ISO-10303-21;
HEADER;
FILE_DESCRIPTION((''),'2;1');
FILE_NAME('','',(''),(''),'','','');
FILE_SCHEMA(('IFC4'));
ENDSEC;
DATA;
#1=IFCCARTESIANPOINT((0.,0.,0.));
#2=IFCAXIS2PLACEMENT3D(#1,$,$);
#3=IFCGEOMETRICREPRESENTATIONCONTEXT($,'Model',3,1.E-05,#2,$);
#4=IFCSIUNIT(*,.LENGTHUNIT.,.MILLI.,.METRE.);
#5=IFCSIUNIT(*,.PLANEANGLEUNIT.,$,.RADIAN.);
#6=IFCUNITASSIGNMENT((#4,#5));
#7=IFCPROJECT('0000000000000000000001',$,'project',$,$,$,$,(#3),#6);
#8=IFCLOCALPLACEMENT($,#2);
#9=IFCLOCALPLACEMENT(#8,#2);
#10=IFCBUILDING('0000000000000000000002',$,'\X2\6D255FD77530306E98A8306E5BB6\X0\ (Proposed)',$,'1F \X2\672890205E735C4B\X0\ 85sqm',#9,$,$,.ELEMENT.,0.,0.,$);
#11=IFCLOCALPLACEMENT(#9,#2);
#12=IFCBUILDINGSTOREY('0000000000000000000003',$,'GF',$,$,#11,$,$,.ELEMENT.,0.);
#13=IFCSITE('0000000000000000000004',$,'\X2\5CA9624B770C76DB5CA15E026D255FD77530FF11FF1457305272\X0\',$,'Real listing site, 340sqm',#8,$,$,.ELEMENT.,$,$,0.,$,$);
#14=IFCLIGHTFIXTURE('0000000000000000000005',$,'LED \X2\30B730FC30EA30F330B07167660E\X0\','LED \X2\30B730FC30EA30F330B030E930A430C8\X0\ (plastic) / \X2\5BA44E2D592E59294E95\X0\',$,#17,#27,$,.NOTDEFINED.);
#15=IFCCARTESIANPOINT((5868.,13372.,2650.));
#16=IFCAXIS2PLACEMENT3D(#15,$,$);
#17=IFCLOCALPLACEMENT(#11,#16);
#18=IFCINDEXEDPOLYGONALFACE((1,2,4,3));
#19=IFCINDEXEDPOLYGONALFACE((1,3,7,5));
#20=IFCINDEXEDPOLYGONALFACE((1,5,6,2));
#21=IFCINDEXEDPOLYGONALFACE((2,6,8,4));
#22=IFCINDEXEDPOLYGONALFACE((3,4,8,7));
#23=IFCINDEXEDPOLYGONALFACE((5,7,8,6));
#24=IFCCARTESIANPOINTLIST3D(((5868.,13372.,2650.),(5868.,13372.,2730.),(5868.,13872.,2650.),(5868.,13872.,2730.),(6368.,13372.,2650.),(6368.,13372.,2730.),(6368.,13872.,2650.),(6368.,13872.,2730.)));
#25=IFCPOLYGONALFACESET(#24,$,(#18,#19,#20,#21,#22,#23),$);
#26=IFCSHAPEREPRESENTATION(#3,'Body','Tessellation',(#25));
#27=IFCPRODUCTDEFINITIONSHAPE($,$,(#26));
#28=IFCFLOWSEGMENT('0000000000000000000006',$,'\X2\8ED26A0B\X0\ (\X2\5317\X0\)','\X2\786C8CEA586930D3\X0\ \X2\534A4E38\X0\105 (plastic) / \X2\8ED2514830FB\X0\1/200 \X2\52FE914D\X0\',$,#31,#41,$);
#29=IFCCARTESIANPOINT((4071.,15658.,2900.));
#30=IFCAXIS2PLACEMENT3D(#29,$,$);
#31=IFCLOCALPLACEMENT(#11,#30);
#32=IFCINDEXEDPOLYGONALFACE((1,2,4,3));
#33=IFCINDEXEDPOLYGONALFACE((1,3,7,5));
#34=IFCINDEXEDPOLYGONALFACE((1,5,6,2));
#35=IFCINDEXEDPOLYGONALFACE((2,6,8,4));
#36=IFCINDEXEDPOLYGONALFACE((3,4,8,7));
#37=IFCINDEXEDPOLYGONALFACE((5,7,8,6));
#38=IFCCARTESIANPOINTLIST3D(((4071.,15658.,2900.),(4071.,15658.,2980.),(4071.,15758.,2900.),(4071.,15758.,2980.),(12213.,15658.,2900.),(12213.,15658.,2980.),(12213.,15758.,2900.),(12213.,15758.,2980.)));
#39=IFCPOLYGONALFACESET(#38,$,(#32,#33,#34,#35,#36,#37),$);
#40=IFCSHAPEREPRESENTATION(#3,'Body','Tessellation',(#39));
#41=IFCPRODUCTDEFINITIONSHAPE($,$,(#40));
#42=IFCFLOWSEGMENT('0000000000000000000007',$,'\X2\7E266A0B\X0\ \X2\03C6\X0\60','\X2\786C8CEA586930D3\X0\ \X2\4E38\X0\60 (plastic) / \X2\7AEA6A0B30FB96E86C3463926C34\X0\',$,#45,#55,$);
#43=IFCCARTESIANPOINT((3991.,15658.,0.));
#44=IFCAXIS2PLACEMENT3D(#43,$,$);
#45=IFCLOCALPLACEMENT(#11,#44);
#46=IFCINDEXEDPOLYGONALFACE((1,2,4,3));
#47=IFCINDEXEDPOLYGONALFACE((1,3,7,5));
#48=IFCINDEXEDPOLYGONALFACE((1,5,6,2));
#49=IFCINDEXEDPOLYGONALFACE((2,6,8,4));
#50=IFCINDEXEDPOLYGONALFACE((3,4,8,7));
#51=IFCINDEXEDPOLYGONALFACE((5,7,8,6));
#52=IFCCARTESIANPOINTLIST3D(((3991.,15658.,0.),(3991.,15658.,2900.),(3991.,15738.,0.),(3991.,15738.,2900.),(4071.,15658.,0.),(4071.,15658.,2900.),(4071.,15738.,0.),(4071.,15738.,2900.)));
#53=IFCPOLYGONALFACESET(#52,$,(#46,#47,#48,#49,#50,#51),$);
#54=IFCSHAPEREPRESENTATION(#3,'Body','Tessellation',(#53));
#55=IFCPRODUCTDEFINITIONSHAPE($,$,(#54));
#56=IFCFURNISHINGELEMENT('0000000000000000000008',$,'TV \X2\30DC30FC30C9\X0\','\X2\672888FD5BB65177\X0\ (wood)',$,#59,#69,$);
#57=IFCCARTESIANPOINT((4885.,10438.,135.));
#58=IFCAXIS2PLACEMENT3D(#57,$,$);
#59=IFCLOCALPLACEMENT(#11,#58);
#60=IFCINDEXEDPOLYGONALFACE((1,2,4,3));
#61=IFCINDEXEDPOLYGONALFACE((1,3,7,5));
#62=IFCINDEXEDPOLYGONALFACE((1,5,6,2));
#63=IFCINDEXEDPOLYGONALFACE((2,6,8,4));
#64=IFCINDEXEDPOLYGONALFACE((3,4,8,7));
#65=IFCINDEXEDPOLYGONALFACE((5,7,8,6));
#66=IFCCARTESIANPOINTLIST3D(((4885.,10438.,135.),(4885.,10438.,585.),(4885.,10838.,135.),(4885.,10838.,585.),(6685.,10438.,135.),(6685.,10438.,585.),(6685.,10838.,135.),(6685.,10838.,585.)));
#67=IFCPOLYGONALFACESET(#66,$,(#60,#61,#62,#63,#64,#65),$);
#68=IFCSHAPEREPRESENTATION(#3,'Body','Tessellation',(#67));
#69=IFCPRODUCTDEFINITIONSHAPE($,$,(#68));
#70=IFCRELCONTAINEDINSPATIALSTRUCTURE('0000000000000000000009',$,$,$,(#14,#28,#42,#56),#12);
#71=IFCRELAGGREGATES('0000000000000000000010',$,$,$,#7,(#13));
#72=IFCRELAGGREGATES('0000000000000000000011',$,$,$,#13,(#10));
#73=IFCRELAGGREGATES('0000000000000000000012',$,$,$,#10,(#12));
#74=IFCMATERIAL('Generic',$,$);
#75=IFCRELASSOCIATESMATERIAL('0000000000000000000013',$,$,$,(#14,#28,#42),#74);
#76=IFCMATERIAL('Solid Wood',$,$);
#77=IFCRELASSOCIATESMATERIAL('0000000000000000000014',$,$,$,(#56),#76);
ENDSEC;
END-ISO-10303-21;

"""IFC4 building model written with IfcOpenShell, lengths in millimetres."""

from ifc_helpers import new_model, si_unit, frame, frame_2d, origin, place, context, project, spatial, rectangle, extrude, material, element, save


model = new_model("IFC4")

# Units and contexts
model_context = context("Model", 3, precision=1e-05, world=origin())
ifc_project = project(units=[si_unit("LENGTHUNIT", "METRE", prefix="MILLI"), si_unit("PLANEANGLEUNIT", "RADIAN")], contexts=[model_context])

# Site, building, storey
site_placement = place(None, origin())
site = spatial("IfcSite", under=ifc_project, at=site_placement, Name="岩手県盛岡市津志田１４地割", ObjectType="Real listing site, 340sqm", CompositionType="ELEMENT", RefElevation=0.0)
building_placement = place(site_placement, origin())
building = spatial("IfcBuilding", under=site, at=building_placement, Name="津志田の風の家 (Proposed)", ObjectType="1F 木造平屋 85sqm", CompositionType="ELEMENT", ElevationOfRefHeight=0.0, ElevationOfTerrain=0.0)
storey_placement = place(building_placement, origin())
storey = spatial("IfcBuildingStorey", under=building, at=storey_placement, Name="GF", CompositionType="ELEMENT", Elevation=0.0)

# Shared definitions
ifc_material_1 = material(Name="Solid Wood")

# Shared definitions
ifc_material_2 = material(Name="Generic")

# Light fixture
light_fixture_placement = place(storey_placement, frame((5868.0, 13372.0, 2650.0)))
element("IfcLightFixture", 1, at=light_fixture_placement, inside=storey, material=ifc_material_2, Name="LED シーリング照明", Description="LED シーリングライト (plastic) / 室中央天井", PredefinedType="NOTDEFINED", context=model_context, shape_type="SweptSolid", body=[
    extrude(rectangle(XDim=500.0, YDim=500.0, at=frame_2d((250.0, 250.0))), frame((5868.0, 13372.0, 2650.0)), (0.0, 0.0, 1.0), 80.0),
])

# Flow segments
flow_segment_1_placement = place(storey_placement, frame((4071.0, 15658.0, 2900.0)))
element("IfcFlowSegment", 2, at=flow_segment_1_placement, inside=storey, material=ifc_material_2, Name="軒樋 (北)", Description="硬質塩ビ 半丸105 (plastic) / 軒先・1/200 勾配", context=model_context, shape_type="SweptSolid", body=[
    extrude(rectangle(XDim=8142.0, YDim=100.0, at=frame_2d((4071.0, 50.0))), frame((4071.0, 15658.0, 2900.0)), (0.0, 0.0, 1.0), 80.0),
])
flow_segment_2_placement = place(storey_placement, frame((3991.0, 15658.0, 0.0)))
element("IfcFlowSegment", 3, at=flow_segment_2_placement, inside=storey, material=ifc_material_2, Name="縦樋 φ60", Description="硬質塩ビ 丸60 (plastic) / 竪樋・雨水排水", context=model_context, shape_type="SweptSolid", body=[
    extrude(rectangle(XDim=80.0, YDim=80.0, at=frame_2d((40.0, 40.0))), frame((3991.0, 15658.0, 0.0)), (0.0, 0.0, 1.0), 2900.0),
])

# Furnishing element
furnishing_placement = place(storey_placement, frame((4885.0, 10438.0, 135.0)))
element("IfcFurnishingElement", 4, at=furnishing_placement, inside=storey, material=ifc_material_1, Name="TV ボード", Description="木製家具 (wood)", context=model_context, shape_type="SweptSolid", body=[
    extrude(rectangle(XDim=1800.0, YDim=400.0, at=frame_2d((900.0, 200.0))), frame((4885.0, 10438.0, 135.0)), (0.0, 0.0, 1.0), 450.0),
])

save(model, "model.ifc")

WHAT THE TASK REQUIRES: Send back exactly the lines of the listing above starting at the one with "#76=IFCMATERIAL('Solid Wood',$,$);" and ending at the one with "END-ISO-10303-21;", inclusive, and no others.

RESPONSE AREA:
#76=IFCMATERIAL('Solid Wood',$,$);
#77=IFCRELASSOCIATESMATERIAL('0000000000000000000014',$,$,$,(#56),#76);
ENDSEC;
END-ISO-10303-21;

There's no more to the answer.